TASK: Return the data below in full. Keep each character unchanged.

Stored items:
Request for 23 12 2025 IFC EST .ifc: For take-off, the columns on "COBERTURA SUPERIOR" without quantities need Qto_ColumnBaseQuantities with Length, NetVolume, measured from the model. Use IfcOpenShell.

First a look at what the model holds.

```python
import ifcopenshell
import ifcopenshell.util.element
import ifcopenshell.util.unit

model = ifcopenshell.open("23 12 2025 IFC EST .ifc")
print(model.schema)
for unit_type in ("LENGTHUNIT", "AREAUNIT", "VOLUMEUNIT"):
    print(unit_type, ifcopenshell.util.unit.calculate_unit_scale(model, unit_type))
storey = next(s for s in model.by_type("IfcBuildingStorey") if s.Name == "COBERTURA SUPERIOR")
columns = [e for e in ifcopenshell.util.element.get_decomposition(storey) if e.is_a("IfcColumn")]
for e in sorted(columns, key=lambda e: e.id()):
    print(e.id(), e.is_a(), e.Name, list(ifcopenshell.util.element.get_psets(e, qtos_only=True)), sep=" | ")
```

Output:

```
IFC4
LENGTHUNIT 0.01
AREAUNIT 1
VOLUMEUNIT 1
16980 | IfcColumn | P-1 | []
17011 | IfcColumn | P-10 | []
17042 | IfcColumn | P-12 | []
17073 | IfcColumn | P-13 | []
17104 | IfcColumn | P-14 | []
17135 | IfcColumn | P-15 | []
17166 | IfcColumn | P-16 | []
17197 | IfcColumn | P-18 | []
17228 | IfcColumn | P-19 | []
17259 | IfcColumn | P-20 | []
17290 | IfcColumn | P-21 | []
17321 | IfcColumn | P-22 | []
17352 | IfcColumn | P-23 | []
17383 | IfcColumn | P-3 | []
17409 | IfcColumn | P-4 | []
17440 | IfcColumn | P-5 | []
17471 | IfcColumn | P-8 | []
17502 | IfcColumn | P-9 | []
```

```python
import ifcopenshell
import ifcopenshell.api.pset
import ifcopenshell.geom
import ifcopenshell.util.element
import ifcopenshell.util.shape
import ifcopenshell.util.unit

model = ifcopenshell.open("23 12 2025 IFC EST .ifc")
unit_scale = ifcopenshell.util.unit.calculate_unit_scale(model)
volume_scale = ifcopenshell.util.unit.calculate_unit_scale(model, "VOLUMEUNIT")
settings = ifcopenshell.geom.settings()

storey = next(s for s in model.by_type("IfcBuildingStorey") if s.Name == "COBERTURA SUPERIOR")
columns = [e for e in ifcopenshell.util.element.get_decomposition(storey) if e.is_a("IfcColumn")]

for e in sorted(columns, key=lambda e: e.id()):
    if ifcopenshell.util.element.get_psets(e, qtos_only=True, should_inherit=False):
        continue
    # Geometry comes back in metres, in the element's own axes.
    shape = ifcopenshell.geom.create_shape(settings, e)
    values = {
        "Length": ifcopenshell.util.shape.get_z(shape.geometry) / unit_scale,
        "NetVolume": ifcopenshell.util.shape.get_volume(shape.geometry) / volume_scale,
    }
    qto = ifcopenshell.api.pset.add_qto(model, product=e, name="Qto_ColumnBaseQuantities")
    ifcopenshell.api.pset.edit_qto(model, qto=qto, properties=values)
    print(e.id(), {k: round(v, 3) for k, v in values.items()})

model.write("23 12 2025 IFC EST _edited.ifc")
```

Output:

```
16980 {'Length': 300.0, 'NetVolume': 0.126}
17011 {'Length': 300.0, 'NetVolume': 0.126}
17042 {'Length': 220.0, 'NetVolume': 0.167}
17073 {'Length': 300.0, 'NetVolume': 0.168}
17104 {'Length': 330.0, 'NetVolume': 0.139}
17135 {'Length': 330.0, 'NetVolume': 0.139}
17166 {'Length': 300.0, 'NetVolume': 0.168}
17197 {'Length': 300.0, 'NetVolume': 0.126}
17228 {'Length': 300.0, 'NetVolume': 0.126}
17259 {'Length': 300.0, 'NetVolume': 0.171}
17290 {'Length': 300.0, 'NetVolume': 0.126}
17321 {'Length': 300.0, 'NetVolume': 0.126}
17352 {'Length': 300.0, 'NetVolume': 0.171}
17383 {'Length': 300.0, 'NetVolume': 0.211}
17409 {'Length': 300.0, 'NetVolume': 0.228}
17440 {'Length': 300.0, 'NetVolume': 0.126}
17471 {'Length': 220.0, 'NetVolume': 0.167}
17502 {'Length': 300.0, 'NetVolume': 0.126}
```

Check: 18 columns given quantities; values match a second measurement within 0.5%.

WRITTEN ANSWER:
Request for 23 12 2025 IFC EST .ifc: For take-off, the columns on "COBERTURA SUPERIOR" without quantities need Qto_ColumnBaseQuantities with Length, NetVolume, measured from the model. Use IfcOpenShell.

First a look at what the model holds.

```python
import ifcopenshell
import ifcopenshell.util.element
import ifcopenshell.util.unit

model = ifcopenshell.open("23 12 2025 IFC EST .ifc")
print(model.schema)
for unit_type in ("LENGTHUNIT", "AREAUNIT", "VOLUMEUNIT"):
    print(unit_type, ifcopenshell.util.unit.calculate_unit_scale(model, unit_type))
storey = next(s for s in model.by_type("IfcBuildingStorey") if s.Name == "COBERTURA SUPERIOR")
columns = [e for e in ifcopenshell.util.element.get_decomposition(storey) if e.is_a("IfcColumn")]
for e in sorted(columns, key=lambda e: e.id()):
    print(e.id(), e.is_a(), e.Name, list(ifcopenshell.util.element.get_psets(e, qtos_only=True)), sep=" | ")
```

Output:

```
IFC4
LENGTHUNIT 0.01
AREAUNIT 1
VOLUMEUNIT 1
16980 | IfcColumn | P-1 | []
17011 | IfcColumn | P-10 | []
17042 | IfcColumn | P-12 | []
17073 | IfcColumn | P-13 | []
17104 | IfcColumn | P-14 | []
17135 | IfcColumn | P-15 | []
17166 | IfcColumn | P-16 | []
17197 | IfcColumn | P-18 | []
17228 | IfcColumn | P-19 | []
17259 | IfcColumn | P-20 | []
17290 | IfcColumn | P-21 | []
17321 | IfcColumn | P-22 | []
17352 | IfcColumn | P-23 | []
17383 | IfcColumn | P-3 | []
17409 | IfcColumn | P-4 | []
17440 | IfcColumn | P-5 | []
17471 | IfcColumn | P-8 | []
17502 | IfcColumn | P-9 | []
```

```python
import ifcopenshell
import ifcopenshell.api.pset
import ifcopenshell.geom
import ifcopenshell.util.element
import ifcopenshell.util.shape
import ifcopenshell.util.unit

model = ifcopenshell.open("23 12 2025 IFC EST .ifc")
unit_scale = ifcopenshell.util.unit.calculate_unit_scale(model)
volume_scale = ifcopenshell.util.unit.calculate_unit_scale(model, "VOLUMEUNIT")
settings = ifcopenshell.geom.settings()

storey = next(s for s in model.by_type("IfcBuildingStorey") if s.Name == "COBERTURA SUPERIOR")
columns = [e for e in ifcopenshell.util.element.get_decomposition(storey) if e.is_a("IfcColumn")]

for e in sorted(columns, key=lambda e: e.id()):
    if ifcopenshell.util.element.get_psets(e, qtos_only=True, should_inherit=False):
        continue
    # Geometry comes back in metres, in the element's own axes.
    shape = ifcopenshell.geom.create_shape(settings, e)
    values = {
        "Length": ifcopenshell.util.shape.get_z(shape.geometry) / unit_scale,
        "NetVolume": ifcopenshell.util.shape.get_volume(shape.geometry) / volume_scale,
    }
    qto = ifcopenshell.api.pset.add_qto(model, product=e, name="Qto_ColumnBaseQuantities")
    ifcopenshell.api.pset.edit_qto(model, qto=qto, properties=values)
    print(e.id(), {k: round(v, 3) for k, v in values.items()})

model.write("23 12 2025 IFC EST _edited.ifc")
```

Output:

```
16980 {'Length': 300.0, 'NetVolume': 0.126}
17011 {'Length': 300.0, 'NetVolume': 0.126}
17042 {'Length': 220.0, 'NetVolume': 0.167}
17073 {'Length': 300.0, 'NetVolume': 0.168}
17104 {'Length': 330.0, 'NetVolume': 0.139}
17135 {'Length': 330.0, 'NetVolume': 0.139}
17166 {'Length': 300.0, 'NetVolume': 0.168}
17197 {'Length': 300.0, 'NetVolume': 0.126}
17228 {'Length': 300.0, 'NetVolume': 0.126}
17259 {'Length': 300.0, 'NetVolume': 0.171}
17290 {'Length': 300.0, 'NetVolume': 0.126}
17321 {'Length': 300.0, 'NetVolume': 0.126}
17352 {'Length': 300.0, 'NetVolume': 0.171}
17383 {'Length': 300.0, 'NetVolume': 0.211}
17409 {'Length': 300.0, 'NetVolume': 0.228}
17440 {'Length': 300.0, 'NetVolume': 0.126}
17471 {'Length': 220.0, 'NetVolume': 0.167}
17502 {'Length': 300.0, 'NetVolume': 0.126}
```

Check: 18 columns given quantities; values match a second measurement within 0.5%.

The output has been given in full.